Entries supplied
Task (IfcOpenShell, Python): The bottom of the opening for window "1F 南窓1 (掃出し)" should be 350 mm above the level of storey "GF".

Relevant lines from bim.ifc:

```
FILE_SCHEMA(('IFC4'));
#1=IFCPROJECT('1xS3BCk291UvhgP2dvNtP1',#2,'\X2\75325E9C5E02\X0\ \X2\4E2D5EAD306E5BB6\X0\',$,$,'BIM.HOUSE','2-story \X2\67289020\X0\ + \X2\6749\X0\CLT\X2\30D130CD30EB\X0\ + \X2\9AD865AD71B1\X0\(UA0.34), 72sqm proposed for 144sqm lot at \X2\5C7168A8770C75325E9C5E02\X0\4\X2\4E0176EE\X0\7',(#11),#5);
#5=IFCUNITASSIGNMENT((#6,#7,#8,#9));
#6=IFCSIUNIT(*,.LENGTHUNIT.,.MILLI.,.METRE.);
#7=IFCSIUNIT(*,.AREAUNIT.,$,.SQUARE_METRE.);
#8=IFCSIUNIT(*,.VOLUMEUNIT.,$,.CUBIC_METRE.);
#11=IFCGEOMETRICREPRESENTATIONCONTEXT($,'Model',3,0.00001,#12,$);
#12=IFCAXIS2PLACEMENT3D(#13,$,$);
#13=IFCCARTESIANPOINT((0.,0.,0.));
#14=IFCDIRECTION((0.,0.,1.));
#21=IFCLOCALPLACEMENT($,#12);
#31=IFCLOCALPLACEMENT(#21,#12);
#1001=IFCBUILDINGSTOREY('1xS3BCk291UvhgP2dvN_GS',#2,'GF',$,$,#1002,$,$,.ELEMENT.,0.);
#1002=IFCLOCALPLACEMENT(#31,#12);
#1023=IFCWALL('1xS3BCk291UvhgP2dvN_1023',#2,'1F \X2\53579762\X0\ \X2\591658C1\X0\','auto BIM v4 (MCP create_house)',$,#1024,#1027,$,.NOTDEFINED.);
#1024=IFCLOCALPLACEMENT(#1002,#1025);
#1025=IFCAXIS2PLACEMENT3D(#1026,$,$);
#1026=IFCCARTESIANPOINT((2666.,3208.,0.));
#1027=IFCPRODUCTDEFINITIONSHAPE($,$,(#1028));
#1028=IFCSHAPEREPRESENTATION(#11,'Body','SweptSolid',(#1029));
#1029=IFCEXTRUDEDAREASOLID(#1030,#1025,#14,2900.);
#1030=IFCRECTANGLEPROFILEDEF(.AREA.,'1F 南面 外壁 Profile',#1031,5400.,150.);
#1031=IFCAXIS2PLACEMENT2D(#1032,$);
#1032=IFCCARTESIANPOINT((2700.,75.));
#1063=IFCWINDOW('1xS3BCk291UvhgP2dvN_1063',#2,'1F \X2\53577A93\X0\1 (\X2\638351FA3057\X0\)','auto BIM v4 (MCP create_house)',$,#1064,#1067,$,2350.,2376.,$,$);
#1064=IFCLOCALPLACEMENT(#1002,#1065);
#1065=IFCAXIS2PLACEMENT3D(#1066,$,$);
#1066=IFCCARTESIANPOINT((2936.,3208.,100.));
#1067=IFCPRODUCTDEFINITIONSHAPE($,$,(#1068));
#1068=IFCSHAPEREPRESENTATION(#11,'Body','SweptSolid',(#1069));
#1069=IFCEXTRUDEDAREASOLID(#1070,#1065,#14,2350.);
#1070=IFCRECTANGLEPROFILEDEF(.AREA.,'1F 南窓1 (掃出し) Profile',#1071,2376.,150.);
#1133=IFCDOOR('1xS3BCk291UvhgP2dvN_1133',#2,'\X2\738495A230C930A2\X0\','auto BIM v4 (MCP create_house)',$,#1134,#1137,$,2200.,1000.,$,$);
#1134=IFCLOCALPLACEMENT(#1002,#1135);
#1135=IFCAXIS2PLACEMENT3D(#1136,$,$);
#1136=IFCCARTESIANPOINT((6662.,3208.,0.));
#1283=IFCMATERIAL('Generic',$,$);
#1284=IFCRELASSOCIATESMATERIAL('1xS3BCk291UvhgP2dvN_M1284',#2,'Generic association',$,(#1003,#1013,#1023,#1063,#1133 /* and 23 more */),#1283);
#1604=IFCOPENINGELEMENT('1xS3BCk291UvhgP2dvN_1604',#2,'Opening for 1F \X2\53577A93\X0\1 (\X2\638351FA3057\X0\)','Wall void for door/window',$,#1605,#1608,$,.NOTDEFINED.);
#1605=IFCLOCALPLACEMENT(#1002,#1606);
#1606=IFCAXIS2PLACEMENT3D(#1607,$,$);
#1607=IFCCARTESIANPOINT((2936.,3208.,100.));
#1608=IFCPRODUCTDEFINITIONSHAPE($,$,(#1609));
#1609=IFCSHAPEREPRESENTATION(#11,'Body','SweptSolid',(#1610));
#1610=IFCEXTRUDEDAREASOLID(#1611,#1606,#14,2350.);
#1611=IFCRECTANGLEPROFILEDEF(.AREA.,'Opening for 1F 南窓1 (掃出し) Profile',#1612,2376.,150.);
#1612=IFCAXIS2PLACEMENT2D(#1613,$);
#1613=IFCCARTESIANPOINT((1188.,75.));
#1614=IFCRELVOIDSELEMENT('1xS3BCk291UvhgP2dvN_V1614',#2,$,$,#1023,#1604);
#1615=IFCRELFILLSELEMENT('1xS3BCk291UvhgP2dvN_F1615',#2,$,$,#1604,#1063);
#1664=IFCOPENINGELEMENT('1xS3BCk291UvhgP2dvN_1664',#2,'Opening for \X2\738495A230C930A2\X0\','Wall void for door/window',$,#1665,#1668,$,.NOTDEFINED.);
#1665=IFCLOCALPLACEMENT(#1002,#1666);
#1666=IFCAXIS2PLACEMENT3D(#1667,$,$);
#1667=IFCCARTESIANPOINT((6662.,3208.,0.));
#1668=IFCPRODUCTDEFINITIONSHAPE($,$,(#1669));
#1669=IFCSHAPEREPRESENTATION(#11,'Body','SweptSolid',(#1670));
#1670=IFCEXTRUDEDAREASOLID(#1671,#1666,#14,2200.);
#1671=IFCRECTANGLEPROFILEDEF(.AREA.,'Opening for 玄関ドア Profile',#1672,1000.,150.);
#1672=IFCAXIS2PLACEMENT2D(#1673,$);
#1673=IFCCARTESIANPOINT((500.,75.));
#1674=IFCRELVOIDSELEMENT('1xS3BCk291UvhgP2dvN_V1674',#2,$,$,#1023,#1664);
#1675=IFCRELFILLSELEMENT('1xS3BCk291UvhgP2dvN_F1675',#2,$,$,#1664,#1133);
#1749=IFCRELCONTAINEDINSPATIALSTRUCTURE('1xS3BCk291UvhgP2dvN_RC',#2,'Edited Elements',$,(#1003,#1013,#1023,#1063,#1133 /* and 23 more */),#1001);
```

```python
import numpy as np
import ifcopenshell
import ifcopenshell.api.geometry
import ifcopenshell.geom
import ifcopenshell.util.element
import ifcopenshell.util.placement
import ifcopenshell.util.shape
import ifcopenshell.util.unit

model = ifcopenshell.open("bim.ifc")
unit_scale = ifcopenshell.util.unit.calculate_unit_scale(model)

window = model.by_id(1063)
opening = window.FillsVoids[0].RelatingOpeningElement
storey = ifcopenshell.util.element.get_container(window, ifc_class="IfcBuildingStorey")
level = ifcopenshell.util.placement.get_local_placement(storey.ObjectPlacement)[2, 3]

# The opening's origin need not be at the sill, so measure its lowest point.
shape = ifcopenshell.geom.create_shape(ifcopenshell.geom.settings(), opening)
bottom = ifcopenshell.util.shape.get_shape_bottom_elevation(shape, shape.geometry) / unit_scale
dz = level + 0.35 / unit_scale - bottom

shift = np.array([0.0, 0.0, dz])
# The window is not placed relative to its opening, so move both.
for product in (opening, window):
    matrix = ifcopenshell.util.placement.get_local_placement(product.ObjectPlacement)
    matrix[:3, 3] += shift
    ifcopenshell.api.geometry.edit_object_placement(model, product=product, matrix=matrix, is_si=False)

print(f"moved by {dz * unit_scale:+.3f} m")

model.write("bim_updated.ifc")
```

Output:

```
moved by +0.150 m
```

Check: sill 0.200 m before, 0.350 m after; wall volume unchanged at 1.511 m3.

About this task
Out of the preceding entries, pull each line that contains the word "IFCSHAPEREPRESENTATION".

Expected answer
#1028=IFCSHAPEREPRESENTATION(#11,'Body','SweptSolid',(#1029));
#1068=IFCSHAPEREPRESENTATION(#11,'Body','SweptSolid',(#1069));
#1609=IFCSHAPEREPRESENTATION(#11,'Body','SweptSolid',(#1610));
#1669=IFCSHAPEREPRESENTATION(#11,'Body','SweptSolid',(#1670));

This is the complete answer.